Classical music channel to shift platform
“The future (ta-boom) is digital (ta-boom)”

Bavarian public radio classical music channel BR Klassik will move from FM to digital platforms in 2018 allowing digital-only youth channel BR Puls FM coverage throughout the German Federal State. The Bayerischer Rundfunk (BR) Broadcasting Council gave final approval to the switch, first proposed last year, with a few caveats. German private sector broadcasters were, as they have been, not pleased.

“After a difficult and lengthy decision-making process, the Broadcasting Council approved the planned frequency swap of BR Klassik and BR Puls by a large majority,” said Council president Lorenz Wolf, quoted by kress.de (July 11). “Bayerischer Rundfunk is acting to thwart generational disruption and to meet its public service mission. This decision is a signal that digital broadcasting is the future.”

Public broadcasters – certainly not limited to Germany or Bavaria – have worried quite publicly about the aging audience of their radio channels. The average listener age of BR radio channels is over 50 years. The concern is not simply that public radio listeners will follow the aging population. Germans reaching retirement age are no longer obligated to pay the household license fee. Digital channel BR Puls targets listeners 14 to 29 years.

German private sector broadcaster association VPRT was “disappointed.” Private sector broadcasters in Bavaria – including RTL Group, owner of market leader Antenna Bayern – opposed the switch of BR Puls to the FM band and were joined by the German Culture Council and other classical music support organizations. “Above all, it hides the foreseeable development of DAB+,” the VPRT statement continued. “It is unrealistic that we will have DAB+ (distribution) equivalent to FM by 2018.” (See VPRT statement here - in German)

The original proposal by BR general director Ulrich Wilhelm to switch channels and platforms has gone through several iterations from the BR Broadcasting Council. The switch-over date moved from 2016 to 2018. The latest change focused on BR Puls, which will now be ad-free “with a high proportion of speech and musical color, not focusing on the charts.”

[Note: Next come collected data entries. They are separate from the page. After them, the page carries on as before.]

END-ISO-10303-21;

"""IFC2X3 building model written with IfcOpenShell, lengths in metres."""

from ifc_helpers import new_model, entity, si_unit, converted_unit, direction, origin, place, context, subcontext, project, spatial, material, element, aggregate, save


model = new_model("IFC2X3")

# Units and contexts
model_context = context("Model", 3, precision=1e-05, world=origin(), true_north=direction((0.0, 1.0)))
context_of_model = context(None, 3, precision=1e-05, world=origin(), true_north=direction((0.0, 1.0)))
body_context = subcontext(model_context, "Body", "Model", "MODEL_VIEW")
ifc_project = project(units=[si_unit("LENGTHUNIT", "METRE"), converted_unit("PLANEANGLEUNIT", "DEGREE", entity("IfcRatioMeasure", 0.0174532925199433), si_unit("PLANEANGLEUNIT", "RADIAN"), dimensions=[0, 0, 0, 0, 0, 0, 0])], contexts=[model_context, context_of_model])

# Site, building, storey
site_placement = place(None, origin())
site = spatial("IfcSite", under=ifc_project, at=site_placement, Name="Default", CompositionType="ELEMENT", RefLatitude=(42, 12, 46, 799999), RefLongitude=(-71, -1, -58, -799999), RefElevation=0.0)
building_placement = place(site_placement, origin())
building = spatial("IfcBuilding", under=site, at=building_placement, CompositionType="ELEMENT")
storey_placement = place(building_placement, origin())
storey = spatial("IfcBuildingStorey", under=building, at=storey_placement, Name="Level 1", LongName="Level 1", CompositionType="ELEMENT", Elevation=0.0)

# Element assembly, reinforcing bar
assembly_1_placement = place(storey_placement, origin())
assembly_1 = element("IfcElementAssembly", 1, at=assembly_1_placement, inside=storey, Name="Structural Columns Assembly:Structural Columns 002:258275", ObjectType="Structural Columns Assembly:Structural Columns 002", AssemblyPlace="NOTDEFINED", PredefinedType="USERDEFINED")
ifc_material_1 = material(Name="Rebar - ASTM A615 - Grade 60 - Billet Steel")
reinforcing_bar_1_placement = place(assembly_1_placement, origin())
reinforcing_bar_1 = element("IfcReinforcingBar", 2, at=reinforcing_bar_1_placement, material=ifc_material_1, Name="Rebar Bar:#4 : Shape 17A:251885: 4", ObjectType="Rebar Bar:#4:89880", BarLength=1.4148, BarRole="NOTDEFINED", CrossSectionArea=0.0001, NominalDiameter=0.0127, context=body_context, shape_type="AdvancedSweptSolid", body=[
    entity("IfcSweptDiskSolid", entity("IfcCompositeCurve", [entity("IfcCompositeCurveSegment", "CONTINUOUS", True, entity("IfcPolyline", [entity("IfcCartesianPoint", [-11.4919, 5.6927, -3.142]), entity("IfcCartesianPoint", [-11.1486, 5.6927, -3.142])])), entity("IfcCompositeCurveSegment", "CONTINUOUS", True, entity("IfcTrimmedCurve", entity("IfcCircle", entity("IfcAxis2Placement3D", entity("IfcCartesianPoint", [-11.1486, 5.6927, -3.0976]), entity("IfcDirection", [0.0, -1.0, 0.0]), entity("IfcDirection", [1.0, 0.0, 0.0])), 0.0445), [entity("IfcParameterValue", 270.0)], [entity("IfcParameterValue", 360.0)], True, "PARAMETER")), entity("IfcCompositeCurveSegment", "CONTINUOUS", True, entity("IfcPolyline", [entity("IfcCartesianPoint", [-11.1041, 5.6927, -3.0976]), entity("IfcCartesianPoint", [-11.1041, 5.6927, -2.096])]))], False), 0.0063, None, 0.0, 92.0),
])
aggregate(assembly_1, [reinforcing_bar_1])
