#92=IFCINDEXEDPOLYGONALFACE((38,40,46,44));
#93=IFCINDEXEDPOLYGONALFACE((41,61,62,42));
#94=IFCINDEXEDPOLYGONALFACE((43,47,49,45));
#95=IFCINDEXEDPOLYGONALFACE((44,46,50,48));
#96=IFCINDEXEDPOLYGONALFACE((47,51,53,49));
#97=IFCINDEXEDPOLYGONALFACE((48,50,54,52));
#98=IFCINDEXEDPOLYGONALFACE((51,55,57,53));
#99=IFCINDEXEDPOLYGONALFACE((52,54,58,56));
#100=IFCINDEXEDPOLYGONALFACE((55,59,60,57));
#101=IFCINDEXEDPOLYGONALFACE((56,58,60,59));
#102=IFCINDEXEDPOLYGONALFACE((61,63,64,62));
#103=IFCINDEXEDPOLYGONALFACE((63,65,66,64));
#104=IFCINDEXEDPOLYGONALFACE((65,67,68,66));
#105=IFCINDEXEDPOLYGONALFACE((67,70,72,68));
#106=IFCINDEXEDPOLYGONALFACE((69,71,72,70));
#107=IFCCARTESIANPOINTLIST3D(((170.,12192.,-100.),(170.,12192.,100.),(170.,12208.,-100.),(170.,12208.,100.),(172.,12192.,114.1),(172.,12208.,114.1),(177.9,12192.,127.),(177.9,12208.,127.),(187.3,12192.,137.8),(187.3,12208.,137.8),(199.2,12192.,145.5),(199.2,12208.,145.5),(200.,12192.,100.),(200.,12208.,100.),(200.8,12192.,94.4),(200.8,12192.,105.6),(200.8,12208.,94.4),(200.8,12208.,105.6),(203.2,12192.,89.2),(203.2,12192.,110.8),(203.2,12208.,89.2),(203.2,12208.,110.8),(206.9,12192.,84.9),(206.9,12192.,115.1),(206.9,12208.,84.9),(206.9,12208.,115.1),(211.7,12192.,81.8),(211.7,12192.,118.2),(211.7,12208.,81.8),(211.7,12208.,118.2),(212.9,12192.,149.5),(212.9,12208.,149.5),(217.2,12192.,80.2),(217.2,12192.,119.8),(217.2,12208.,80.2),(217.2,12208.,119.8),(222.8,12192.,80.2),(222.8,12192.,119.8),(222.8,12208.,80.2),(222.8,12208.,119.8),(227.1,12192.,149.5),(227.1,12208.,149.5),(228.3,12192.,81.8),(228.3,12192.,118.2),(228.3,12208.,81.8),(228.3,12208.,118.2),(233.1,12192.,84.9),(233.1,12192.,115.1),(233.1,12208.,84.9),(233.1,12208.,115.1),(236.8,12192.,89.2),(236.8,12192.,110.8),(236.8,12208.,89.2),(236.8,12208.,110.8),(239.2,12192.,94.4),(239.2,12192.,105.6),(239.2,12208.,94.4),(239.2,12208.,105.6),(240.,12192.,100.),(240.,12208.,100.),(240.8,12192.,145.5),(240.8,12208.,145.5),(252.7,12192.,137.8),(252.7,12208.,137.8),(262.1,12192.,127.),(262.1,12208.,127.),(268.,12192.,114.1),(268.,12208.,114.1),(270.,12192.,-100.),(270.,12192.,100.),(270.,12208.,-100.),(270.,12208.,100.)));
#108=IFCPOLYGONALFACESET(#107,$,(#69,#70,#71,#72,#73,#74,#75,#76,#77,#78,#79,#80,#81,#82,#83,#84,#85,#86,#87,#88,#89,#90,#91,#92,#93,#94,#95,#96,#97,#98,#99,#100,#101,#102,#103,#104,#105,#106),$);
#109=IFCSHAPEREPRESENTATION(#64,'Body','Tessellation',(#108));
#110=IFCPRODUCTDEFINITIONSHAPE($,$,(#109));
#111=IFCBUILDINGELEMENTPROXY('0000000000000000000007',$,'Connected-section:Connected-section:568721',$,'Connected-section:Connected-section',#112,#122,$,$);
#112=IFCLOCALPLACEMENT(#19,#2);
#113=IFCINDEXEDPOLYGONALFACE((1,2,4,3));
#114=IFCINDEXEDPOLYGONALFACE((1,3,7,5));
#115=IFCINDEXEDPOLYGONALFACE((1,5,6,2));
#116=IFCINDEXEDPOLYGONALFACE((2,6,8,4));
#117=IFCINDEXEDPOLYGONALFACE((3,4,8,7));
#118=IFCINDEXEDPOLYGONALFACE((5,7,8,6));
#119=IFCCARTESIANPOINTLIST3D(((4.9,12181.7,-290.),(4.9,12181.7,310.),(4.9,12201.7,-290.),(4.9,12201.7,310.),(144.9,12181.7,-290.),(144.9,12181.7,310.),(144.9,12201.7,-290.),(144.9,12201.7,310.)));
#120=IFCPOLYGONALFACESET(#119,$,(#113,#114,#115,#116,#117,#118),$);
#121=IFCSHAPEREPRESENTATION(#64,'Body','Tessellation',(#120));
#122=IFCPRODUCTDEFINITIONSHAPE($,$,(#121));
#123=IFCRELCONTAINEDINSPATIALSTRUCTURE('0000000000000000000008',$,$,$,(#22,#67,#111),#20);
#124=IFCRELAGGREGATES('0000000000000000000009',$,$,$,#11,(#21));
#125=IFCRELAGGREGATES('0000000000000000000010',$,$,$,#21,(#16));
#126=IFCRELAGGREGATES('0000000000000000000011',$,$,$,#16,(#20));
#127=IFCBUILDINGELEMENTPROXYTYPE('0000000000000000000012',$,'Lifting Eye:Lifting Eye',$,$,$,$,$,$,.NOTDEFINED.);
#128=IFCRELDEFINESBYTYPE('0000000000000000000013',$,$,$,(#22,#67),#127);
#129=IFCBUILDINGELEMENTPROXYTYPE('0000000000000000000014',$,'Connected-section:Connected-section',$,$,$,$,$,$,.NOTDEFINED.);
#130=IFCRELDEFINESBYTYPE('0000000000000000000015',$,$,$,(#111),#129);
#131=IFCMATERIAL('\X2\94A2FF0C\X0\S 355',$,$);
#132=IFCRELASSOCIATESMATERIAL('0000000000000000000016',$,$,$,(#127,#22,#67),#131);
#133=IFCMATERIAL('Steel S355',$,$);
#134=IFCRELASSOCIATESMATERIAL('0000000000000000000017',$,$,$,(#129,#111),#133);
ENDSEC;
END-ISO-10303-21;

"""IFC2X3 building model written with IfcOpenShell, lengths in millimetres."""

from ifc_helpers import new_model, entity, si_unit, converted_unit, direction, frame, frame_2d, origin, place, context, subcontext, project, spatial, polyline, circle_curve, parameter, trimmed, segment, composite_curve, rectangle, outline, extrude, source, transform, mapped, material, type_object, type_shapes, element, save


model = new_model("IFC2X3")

Public broadcaster escapes the padlock
thanks for the check

It was down to the last minute. Cyprus regulator Cyprus Telecommunications Authority (CYTA) was ready to “padlock” the stations of public broadcaster CyBC for renewal fees due by midnight June 30. CyBC has suffered from financial difficulties and recently brought in the consultants to sort it all out.

As the clock ticked, station representatives arrived with the check, €257,000. CYTA general manager Andreas Petrides expressed “joy and satisfaction,” reported philenews.com (July 7), and reiterated the agency “will continue to be on the side of broadcasters to help them survive the financial crisis.” (See more about media in Cyprus here)

CyBC is reportedly considering closing one of two television channels and one of four radio stations to cut costs. General manager Gregoris Maliotis resigned in April saying he questioned the broadcaster’s financial viability.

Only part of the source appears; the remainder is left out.